EXERCISE INSTRUCTIONS
Where in the data below does the word "IFCDIRECTION" appear? Copy every line that has it.

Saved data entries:
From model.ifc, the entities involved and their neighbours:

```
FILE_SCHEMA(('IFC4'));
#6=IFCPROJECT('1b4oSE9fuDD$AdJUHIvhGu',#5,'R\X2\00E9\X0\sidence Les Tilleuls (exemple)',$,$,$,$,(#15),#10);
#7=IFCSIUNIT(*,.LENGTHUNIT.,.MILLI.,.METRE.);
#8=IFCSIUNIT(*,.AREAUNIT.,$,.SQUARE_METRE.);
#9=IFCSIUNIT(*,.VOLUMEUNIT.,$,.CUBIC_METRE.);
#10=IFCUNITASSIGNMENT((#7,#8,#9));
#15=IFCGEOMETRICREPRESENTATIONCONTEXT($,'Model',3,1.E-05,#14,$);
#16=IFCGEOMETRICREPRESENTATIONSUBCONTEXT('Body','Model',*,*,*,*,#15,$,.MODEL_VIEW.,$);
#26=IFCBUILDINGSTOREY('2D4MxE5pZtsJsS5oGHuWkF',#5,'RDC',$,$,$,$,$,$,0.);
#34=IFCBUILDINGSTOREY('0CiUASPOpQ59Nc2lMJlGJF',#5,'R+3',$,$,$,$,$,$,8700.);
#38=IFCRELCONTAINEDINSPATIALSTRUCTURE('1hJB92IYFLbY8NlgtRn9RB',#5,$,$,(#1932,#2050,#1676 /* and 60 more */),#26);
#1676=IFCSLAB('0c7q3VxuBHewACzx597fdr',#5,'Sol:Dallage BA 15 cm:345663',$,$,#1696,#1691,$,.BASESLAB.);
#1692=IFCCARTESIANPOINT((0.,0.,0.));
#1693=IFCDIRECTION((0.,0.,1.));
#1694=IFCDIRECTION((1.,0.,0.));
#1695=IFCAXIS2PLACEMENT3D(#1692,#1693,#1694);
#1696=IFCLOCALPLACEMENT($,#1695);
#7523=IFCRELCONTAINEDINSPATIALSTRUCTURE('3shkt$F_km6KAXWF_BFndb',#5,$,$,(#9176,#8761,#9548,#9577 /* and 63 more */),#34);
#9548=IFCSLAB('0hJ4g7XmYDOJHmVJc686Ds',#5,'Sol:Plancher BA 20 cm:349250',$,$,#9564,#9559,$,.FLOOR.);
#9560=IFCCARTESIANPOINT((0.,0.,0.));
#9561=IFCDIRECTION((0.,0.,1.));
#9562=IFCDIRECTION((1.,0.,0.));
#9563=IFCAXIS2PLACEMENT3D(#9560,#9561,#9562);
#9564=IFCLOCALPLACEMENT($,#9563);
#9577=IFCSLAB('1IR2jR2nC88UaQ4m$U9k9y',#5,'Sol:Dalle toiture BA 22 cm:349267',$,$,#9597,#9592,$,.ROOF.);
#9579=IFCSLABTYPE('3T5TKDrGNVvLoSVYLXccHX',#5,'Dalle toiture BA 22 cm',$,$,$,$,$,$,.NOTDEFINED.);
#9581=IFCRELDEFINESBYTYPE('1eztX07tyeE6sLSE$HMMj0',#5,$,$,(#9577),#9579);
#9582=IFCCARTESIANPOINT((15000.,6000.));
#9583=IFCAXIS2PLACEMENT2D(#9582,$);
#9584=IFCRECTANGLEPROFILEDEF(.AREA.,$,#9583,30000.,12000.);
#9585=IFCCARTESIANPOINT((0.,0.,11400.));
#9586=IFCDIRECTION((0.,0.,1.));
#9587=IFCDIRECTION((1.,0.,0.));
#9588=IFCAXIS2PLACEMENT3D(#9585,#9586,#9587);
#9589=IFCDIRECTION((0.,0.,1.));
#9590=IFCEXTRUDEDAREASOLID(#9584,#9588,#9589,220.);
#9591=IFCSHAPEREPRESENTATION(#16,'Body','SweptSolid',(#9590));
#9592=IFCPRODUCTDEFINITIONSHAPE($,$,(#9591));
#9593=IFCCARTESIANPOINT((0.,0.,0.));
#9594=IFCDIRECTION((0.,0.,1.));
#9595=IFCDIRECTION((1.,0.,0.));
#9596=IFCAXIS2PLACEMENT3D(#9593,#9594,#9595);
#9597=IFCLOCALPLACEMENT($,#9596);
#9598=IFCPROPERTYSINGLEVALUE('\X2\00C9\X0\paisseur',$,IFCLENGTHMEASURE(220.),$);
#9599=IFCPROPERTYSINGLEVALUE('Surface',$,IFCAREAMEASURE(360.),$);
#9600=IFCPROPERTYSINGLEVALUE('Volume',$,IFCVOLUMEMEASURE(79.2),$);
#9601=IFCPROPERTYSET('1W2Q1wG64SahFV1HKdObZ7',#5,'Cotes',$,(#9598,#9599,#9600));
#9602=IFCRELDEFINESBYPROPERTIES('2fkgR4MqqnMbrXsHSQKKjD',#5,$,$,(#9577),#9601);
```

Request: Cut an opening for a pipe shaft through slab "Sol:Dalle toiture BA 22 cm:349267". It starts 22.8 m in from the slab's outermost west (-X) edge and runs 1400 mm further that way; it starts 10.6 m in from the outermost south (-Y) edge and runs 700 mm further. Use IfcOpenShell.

```python
import numpy as np
import ifcopenshell
import ifcopenshell.api.feature
import ifcopenshell.api.geometry
import ifcopenshell.api.pset
import ifcopenshell.api.root
import ifcopenshell.geom
import ifcopenshell.util.element
import ifcopenshell.util.placement
import ifcopenshell.util.representation
import ifcopenshell.util.shape
import ifcopenshell.util.unit

model = ifcopenshell.open("model.ifc")
unit_scale = ifcopenshell.util.unit.calculate_unit_scale(model)
area_scale = ifcopenshell.util.unit.calculate_unit_scale(model, "AREAUNIT")
volume_scale = ifcopenshell.util.unit.calculate_unit_scale(model, "VOLUMEUNIT")
settings = ifcopenshell.geom.settings()


def volume(element):
    """Net volume in cubic metres, openings subtracted."""
    shape = ifcopenshell.geom.create_shape(settings, element)
    return ifcopenshell.util.shape.get_volume(shape.geometry)


slab = model.by_guid("1IR2jR2nC88UaQ4m$U9k9y")
before = volume(slab)

# Extent in the slab's own axes, in metres. The edges named are its -X and -Y sides.
slab_shape = ifcopenshell.geom.create_shape(settings, slab)
vertices = ifcopenshell.util.shape.get_vertices(slab_shape.geometry)
x_min, y_min, bottom = vertices.min(axis=0)
top = vertices[:, 2].max()

opening = ifcopenshell.api.root.create_entity(model, ifc_class="IfcOpeningElement", name="Pipe shaft opening", predefined_type="OPENING")
context = ifcopenshell.util.representation.get_context(model, "Model", "Body", "MODEL_VIEW")
width, depth = 1.4, 0.7
outline = [(0.0, 0.0), (width, 0.0), (width, depth), (0.0, depth), (0.0, 0.0)]
# Overshoot both faces by 50 mm so the cut is clean.
shape = ifcopenshell.api.geometry.add_slab_representation(
    model, context=context, depth=top - bottom + 0.1, polyline=outline
)
ifcopenshell.api.geometry.assign_representation(model, product=opening, representation=shape)

matrix = ifcopenshell.util.placement.get_local_placement(slab.ObjectPlacement)
matrix[:, 3] = matrix @ np.append(np.array([x_min + 22.8, y_min + 10.6, bottom - 0.05]) / unit_scale, 1.0)
ifcopenshell.api.geometry.edit_object_placement(model, product=opening, matrix=matrix, is_si=False)
ifcopenshell.api.feature.add_feature(model, feature=opening, element=slab)

after = volume(slab)

# Update the slab's stored quantities.
pset = model.by_id(ifcopenshell.util.element.get_pset(slab, "Cotes", should_inherit=False)["id"])
ifcopenshell.api.pset.edit_pset(model, pset=pset, properties={
    "Surface": model.create_entity("IfcAreaMeasure", after / (top - bottom) / area_scale),
    "Volume": model.create_entity("IfcVolumeMeasure", after / volume_scale),
})

print(f"slab volume {before:.3f} -> {after:.3f} m3")

model.write("model_updated.ifc")
```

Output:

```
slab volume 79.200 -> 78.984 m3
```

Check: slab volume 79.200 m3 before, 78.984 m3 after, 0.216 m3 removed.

WRITTEN ANSWER
#1693=IFCDIRECTION((0.,0.,1.));
#1694=IFCDIRECTION((1.,0.,0.));
#9561=IFCDIRECTION((0.,0.,1.));
#9562=IFCDIRECTION((1.,0.,0.));
#9586=IFCDIRECTION((0.,0.,1.));
#9587=IFCDIRECTION((1.,0.,0.));
#9589=IFCDIRECTION((0.,0.,1.));
#9594=IFCDIRECTION((0.,0.,1.));
#9595=IFCDIRECTION((1.,0.,0.));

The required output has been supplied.